# 93 Altima. How to determine if LSD is present?



## DR.ZED (Sep 26, 2004)

Is there a VIN code or otherwise another indication the LSD was an option ordered on my vehicle?

93 5 speed.

Apparently, my first clue was when my boss took my car out for a ride and laid 2 nice 10 foot strips of rubber in front of me.


----------



## Asleep (Jan 19, 2003)

The Altima XE model was not equipped with a limited slip differential (LSD). On Altima GXE, GLE, and SE models the LSD was an option. Check the model ID # (NOT the chassis #) at the ID plate on the firewall. The final 5 digits after U13EUA or U13EVA are the option codes. If the second digit is code B, H, Q, or S, then the vehicle is equipped with a LSD.*


*taken from an auto parts site.


----------



## 93GXEracer (Sep 26, 2004)

AsleepAltima said:


> The Altima XE model was not equipped with a limited slip differential (LSD). On Altima GXE, GLE, and SE models the LSD was an option. Check the model ID # (NOT the chassis #) at the ID plate on the firewall. The final 5 digits after U13EUA or U13EVA are the option codes.
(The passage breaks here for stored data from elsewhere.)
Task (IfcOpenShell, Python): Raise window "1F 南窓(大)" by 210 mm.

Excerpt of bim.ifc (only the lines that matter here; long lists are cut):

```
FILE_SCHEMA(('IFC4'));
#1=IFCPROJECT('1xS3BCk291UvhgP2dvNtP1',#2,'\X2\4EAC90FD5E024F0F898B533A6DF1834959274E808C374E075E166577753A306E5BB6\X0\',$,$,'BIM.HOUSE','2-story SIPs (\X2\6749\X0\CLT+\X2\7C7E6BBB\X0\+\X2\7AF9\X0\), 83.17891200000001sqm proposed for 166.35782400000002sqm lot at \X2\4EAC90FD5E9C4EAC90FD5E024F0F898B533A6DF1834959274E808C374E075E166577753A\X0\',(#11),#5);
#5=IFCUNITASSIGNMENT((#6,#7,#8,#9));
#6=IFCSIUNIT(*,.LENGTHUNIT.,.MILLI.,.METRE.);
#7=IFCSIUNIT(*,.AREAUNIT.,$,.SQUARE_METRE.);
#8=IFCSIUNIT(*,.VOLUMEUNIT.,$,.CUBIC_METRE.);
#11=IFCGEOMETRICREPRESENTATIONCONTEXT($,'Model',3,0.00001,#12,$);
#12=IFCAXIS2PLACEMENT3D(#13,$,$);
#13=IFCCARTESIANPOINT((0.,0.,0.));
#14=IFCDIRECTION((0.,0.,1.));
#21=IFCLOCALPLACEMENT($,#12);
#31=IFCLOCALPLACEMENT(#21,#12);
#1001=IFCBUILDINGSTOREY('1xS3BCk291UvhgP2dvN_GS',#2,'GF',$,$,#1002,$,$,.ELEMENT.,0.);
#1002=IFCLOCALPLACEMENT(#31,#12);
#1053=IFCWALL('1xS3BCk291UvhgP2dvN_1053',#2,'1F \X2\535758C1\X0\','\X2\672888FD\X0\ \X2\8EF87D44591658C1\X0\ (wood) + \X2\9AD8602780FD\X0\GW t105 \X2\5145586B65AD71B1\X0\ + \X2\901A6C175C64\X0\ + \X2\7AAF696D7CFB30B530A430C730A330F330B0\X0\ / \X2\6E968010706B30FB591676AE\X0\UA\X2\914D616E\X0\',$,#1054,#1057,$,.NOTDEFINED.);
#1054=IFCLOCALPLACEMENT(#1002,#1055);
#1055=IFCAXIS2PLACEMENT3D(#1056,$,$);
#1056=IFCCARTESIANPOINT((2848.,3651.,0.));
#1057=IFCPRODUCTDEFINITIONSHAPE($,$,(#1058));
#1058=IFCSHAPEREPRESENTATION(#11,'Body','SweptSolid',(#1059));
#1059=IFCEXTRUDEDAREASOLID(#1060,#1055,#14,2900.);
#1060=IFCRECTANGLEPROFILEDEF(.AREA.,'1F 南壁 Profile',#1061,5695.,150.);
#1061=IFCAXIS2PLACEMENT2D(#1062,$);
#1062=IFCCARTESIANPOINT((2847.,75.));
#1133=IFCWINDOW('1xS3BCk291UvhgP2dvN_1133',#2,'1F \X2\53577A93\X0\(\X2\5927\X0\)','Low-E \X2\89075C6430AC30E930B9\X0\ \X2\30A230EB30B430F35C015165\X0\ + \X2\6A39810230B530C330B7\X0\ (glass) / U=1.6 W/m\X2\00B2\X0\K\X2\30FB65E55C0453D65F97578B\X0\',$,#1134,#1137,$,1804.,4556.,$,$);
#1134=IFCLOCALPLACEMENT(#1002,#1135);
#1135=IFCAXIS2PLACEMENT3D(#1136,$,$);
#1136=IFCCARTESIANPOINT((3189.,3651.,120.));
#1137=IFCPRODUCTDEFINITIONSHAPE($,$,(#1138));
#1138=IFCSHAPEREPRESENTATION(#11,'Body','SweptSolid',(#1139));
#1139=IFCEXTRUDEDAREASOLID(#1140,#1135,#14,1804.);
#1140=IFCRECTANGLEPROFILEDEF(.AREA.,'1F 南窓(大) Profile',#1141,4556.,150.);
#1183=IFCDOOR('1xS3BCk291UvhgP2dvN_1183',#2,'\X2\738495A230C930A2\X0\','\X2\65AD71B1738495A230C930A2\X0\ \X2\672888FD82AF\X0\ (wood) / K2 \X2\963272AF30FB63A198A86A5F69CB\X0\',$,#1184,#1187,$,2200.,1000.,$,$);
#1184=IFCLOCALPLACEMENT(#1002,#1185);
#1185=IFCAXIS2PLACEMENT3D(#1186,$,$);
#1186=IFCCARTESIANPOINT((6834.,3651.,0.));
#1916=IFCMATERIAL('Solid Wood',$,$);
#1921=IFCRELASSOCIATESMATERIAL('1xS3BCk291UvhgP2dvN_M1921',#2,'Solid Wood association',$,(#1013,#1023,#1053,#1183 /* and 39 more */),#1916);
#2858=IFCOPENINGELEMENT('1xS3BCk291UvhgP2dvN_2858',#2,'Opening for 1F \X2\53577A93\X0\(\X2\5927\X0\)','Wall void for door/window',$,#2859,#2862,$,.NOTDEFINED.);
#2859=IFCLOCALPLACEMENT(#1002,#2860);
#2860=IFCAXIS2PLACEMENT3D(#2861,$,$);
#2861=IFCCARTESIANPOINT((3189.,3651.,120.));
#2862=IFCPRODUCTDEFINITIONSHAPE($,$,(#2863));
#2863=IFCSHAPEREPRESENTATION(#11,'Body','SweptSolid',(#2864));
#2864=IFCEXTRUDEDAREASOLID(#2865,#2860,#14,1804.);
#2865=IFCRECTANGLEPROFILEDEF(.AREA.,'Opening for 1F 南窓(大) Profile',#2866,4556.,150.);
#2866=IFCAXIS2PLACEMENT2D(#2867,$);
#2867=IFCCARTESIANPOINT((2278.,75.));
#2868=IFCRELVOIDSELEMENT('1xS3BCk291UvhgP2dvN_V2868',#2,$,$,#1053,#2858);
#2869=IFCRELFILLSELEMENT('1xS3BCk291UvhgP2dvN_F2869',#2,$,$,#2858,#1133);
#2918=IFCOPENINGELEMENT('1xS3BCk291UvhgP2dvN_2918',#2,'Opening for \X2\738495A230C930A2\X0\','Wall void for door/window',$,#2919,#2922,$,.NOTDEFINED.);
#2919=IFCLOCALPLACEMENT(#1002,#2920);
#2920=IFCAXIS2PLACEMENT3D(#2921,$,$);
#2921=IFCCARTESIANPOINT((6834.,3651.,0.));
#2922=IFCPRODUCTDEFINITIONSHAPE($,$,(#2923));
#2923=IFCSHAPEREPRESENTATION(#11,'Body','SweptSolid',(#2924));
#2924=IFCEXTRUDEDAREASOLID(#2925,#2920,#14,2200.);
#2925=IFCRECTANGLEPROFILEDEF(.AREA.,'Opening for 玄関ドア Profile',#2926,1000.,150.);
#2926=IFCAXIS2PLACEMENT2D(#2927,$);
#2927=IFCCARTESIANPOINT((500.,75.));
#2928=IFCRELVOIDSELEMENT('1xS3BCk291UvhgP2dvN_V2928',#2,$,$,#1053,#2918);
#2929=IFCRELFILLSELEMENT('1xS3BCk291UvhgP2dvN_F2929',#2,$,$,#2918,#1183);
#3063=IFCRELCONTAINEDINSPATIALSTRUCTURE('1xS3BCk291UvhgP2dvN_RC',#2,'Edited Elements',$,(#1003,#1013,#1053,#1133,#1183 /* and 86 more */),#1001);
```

```python
import numpy as np
import ifcopenshell
import ifcopenshell.api.geometry
import ifcopenshell.util.placement
import ifcopenshell.util.unit

model = ifcopenshell.open("bim.ifc")
unit_scale = ifcopenshell.util.unit.calculate_unit_scale(model)

window = model.by_id(1133)
opening = window.FillsVoids[0].RelatingOpeningElement
dz = 0.21 / unit_scale

shift = np.array([0.0, 0.0, dz])
# The window is not placed relative to its opening, so move both.
for product in (opening, window):
    matrix = ifcopenshell.util.placement.get_local_placement(product.ObjectPlacement)
    matrix[:3, 3] += shift
    ifcopenshell.api.geometry.edit_object_placement(model, product=product, matrix=matrix, is_si=False)

print(f"moved by {dz * unit_scale:+.3f} m")

model.write("bim_edited.ifc")
```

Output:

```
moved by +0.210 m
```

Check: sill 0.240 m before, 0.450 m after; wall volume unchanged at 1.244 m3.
If the second digit is code B, H, Q, or S, then the vehicle is equipped with a LSD.*
> 
> 
> *taken from an auto parts site.


where would the id plate be exactly


----------



## Matt93SE (Sep 17, 2003)

it's the metal plate on the firewall.

If you look at it, it will have a transmission code as well. on the Maxima, the last letter in the code signifies LSD. ends in A, no LSD. ends in V, then it's LSD.


----------